Microalgae are a sustainable energy source because of their lipid storage capacity. However, the cultivation of microalgae requires optimization to produce a high biomass and lipid content. Stressing the cell is a common approach that is applied to increase the lipid content of the algae. Within this context, sodium chloride (NaCl) stress and magnesium (Mg²⁺) limitations were applied individually and mutually to understand their potential effects on biomass, lipid quantity, and the fatty acid methyl esters (FAME) profile of Auxenochlorella protothecoides. Saturated fatty acid (SFA) contents as high as 43.9% were obtained at 0 mg L⁻¹ Mg²⁺ with 5 g L⁻¹ NaCl. The highest linoleic acid content (35.2%) was obtained at 0.3 mg L⁻¹ Mg²⁺ with 2.5 g L⁻¹ NaCl. However, the highest biomass was achieved at 18.5 mg L⁻¹ Mg²⁺ with 5.0 g L⁻¹ NaCl according to surface response methodology. These optimization data could be useful for producing a feasible and sustainable biodiesel production strategy with high biomass and lipid productivity.

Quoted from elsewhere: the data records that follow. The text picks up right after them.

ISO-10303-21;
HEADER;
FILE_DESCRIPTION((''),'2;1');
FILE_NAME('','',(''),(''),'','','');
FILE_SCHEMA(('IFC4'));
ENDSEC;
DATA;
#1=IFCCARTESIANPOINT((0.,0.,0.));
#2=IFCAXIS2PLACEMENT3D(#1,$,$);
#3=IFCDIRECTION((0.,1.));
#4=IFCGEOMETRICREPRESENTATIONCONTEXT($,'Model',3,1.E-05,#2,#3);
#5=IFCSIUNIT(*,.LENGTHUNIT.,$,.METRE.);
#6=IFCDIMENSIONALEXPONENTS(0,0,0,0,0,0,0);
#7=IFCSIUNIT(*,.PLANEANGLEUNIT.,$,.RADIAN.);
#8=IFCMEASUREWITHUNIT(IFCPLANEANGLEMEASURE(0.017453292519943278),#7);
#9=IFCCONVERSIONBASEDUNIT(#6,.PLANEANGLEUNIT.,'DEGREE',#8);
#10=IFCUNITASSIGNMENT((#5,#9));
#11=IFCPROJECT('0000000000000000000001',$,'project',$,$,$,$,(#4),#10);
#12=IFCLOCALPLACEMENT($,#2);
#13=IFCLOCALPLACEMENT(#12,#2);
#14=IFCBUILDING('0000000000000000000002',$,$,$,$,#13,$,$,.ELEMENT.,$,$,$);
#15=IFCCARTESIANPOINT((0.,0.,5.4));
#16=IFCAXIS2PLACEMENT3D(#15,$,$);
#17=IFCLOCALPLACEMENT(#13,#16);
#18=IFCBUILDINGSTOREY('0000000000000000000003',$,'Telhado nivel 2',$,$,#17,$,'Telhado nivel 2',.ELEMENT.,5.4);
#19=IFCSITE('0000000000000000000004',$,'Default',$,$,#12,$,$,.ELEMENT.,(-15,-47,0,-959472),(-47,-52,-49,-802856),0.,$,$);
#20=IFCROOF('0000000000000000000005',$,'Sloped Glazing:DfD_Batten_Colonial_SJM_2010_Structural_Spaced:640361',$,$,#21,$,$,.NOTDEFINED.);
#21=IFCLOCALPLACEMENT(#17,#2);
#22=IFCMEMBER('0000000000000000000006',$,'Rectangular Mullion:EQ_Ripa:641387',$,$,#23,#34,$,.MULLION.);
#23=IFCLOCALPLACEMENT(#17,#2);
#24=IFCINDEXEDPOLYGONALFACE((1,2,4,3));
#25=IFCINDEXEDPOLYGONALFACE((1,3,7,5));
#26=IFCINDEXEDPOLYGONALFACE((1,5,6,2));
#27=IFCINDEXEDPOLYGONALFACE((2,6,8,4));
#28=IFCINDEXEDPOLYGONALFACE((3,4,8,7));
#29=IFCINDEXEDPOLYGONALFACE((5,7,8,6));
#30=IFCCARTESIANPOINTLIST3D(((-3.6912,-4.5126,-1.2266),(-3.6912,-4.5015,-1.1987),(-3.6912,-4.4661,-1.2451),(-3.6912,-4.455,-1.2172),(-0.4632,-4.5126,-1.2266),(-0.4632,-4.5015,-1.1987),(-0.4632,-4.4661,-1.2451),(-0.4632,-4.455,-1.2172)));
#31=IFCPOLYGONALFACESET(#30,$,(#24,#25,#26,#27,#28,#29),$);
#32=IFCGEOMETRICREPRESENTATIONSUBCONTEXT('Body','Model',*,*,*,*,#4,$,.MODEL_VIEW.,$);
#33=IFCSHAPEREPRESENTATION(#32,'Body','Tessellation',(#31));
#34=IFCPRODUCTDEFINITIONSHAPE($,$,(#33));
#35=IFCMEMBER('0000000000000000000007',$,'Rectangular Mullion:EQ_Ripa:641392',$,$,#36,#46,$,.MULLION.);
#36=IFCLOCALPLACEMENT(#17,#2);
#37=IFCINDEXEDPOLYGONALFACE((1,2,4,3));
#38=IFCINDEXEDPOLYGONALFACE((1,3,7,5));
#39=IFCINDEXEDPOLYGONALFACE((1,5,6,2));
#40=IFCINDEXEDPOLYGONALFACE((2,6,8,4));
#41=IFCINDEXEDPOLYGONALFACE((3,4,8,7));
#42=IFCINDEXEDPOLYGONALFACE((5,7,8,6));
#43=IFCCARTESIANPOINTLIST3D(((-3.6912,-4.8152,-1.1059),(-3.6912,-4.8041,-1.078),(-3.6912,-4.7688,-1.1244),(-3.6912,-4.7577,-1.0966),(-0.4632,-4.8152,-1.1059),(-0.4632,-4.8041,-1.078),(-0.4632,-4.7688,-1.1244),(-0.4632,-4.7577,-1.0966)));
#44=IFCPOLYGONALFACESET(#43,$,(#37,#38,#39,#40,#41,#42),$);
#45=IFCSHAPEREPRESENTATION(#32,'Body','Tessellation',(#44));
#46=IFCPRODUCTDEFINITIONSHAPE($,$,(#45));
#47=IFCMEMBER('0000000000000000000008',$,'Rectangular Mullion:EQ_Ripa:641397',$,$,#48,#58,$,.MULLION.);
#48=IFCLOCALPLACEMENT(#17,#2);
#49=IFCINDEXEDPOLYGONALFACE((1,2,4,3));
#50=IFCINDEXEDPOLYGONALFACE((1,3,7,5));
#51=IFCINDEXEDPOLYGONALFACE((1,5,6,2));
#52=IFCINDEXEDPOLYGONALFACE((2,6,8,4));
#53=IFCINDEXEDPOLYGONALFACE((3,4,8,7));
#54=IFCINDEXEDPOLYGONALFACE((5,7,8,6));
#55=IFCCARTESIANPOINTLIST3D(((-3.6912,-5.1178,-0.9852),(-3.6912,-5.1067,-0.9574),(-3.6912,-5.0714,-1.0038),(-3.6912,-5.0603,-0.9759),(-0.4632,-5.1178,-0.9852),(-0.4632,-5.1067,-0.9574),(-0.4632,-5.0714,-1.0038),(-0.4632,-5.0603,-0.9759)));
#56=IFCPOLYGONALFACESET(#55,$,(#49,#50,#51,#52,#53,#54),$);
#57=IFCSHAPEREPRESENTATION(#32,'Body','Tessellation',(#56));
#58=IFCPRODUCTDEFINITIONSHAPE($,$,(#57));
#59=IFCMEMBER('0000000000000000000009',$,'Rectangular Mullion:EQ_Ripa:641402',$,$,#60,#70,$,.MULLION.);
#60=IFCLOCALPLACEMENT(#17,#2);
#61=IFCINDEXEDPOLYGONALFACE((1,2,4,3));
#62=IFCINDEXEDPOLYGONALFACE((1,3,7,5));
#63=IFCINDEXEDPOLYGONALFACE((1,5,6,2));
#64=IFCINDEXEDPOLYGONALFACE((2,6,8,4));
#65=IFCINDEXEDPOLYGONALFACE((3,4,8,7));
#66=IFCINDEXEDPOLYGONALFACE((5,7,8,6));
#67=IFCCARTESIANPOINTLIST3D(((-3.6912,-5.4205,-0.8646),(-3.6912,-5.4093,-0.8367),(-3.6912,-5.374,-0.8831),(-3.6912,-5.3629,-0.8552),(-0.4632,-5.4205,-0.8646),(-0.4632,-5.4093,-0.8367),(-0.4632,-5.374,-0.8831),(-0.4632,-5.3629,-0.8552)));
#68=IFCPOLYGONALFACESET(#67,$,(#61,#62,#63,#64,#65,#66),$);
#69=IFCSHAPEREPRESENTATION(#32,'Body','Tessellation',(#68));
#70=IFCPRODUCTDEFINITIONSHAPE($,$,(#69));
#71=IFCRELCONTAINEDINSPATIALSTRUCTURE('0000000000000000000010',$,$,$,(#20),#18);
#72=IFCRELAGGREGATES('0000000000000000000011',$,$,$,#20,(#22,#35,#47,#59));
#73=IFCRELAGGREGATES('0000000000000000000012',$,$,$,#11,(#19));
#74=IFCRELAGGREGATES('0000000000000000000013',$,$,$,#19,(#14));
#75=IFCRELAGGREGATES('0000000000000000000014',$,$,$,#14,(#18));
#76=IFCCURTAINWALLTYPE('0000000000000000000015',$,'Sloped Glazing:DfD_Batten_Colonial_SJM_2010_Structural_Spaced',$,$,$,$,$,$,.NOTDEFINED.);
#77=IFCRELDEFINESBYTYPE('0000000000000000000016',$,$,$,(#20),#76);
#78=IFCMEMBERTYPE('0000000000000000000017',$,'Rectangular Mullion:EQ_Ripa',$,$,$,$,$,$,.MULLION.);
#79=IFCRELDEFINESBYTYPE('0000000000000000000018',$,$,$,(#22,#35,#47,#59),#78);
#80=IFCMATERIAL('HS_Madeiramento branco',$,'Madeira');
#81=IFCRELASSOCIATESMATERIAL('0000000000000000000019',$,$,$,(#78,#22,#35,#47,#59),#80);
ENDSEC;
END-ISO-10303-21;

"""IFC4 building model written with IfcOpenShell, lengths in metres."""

from ifc_helpers import new_model, entity, si_unit, converted_unit, direction, frame, origin, place, context, subcontext, project, spatial, indexed_curve, outline, extrude, source, transform, mapped, material, type_object, type_shapes, element, aggregate, save


model = new_model("IFC4")

# Units and contexts
model_context = context("Model", 3, precision=1e-05, world=origin(), true_north=direction((0.0, 1.0)))
body_context = subcontext(model_context, "Body", "Model", "MODEL_VIEW")
ifc_project = project(units=[si_unit("LENGTHUNIT", "METRE"), converted_unit("PLANEANGLEUNIT", "DEGREE", entity("IfcPlaneAngleMeasure", 0.017453292519943278), si_unit("PLANEANGLEUNIT", "RADIAN"), dimensions=[0, 0, 0, 0, 0, 0, 0])], contexts=[model_context])

# Site, building, storey
site_placement = place(None, origin())
site = spatial("IfcSite", under=ifc_project, at=site_placement, Name="Default", CompositionType="ELEMENT", RefLatitude=(-15, -47, 0, -959472), RefLongitude=(-47, -52, -49, -802856), RefElevation=0.0)
building_placement = place(site_placement, origin())
building = spatial("IfcBuilding", under=site, at=building_placement, CompositionType="ELEMENT")
storey_placement = place(building_placement, frame((0.0, 0.0, 5.4)))
storey = spatial("IfcBuildingStorey", under=building, at=storey_placement, Name="Telhado nivel 2", LongName="Telhado nivel 2", CompositionType="ELEMENT", Elevation=5.4)

# Roof, members
curtain_wall_type = type_object("IfcCurtainWallType", Name="Sloped Glazing:DfD_Batten_Colonial_SJM_2010_Structural_Spaced", PredefinedType="NOTDEFINED")
ifc_material = material(Name="HS_Madeiramento branco", Category="Madeira")
roof_1_placement = place(storey_placement, frame((0.0, 0.0, -5.4)))
roof_1 = element("IfcRoof", 1, at=roof_1_placement, inside=storey, type_object=curtain_wall_type, Name="Sloped Glazing:DfD_Batten_Colonial_SJM_2010_Structural_Spaced:640361", PredefinedType="NOTDEFINED")
member_type_1 = type_object("IfcMemberType", Name="Rectangular Mullion:EQ_Ripa", PredefinedType="MULLION", material=ifc_material)
shared_shape_1 = source(origin(), body_context, "Body", "SweptSolid", [
    extrude(outline(indexed_curve([(-0.025, -0.015), (0.025, -0.015), (0.025, 0.015), (-0.025, 0.015), (-0.025, -0.015)], self_intersect=False)), frame((0.0, 0.0, -3.228), z_axis=(0.0, 0.0, 1.0), x_axis=(-1.0, 0.0, 0.0)), (0.0, 0.0, 1.0), 3.228),
])
type_shapes(member_type_1, [shared_shape_1])
member_1_placement = place(roof_1_placement, frame((-0.4632, -4.4838, 4.1781), z_axis=(1.0, 0.0, 0.0), x_axis=(0.0, -0.928874, 0.370395)))
member_1 = element("IfcMember", 2, at=member_1_placement, type_object=member_type_1, material=ifc_material, Name="Rectangular Mullion:EQ_Ripa:641387", PredefinedType="MULLION", context=body_context, shape_type="MappedRepresentation", body=[
    mapped(shared_shape_1, transform((0.0, 0.0, 0.0), scale=1.0)),
])
member_2_placement = place(roof_1_placement, frame((-0.4632, -4.7864, 4.2988), z_axis=(1.0, 0.0, 0.0), x_axis=(0.0, -0.928874, 0.370395)))
member_2 = element("IfcMember", 3, at=member_2_placement, type_object=member_type_1, material=ifc_material, Name="Rectangular Mullion:EQ_Ripa:641392", PredefinedType="MULLION", context=body_context, shape_type="MappedRepresentation", body=[
    mapped(shared_shape_1, transform((0.0, 0.0, 0.0), scale=1.0)),
])
member_3_placement = place(roof_1_placement, frame((-0.4632, -5.0891, 4.4194), z_axis=(1.0, 0.0, 0.0), x_axis=(0.0, -0.928874, 0.370395)))
member_3 = element("IfcMember", 4, at=member_3_placement, type_object=member_type_1, material=ifc_material, Name="Rectangular Mullion:EQ_Ripa:641397", PredefinedType="MULLION", context=body_context, shape_type="MappedRepresentation", body=[
    mapped(shared_shape_1, transform((0.0, 0.0, 0.0), scale=1.0)),
])
member_4_placement = place(roof_1_placement, frame((-0.4632, -5.3917, 4.5401), z_axis=(1.0, 0.0, 0.0), x_axis=(0.0, -0.928874, 0.370395)))
member_4 = element("IfcMember", 5, at=member_4_placement, type_object=member_type_1, material=ifc_material, Name="Rectangular Mullion:EQ_Ripa:641402", PredefinedType="MULLION", context=body_context, shape_type="MappedRepresentation", body=[
    mapped(shared_shape_1, transform((0.0, 0.0, 0.0), scale=1.0)),
])
aggregate(roof_1, [member_1, member_2, member_3, member_4])

save(model, "model.ifc")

微藻由于其脂质存储能力而成为可持续的能源。然而，微藻的培养需要优化以产生高生物质和脂质含量。向细胞施加压力是用于增加藻类脂质含量的常用方法。在此背景下，分别和相互应用了氯化钠（NaCl）胁迫和镁（Mg ²⁺）限制，以了解它们对原栖小球藻的生物量，脂质量和脂肪酸甲酯（FAME）谱的潜在影响。在0 mg L ^-1 Mg ²⁺和5 g L ^{-1的条件下，}饱和脂肪酸（SFA）含量高达43.9％氯化钠 在具有2.5 g L ^-1 NaCl的0.3 mg L ^-1  Mg ²⁺处获得最高的亚油酸含量（35.2％）。然而，根据表面响应方法，在最高生物量为18.5 mg L ^-1  Mg ²⁺和5.0 g L ^-1 NaCl的情况下。这些优化数据可用于产生具有高生物量和脂质生产率的可行且可持续的生物柴油生产策略。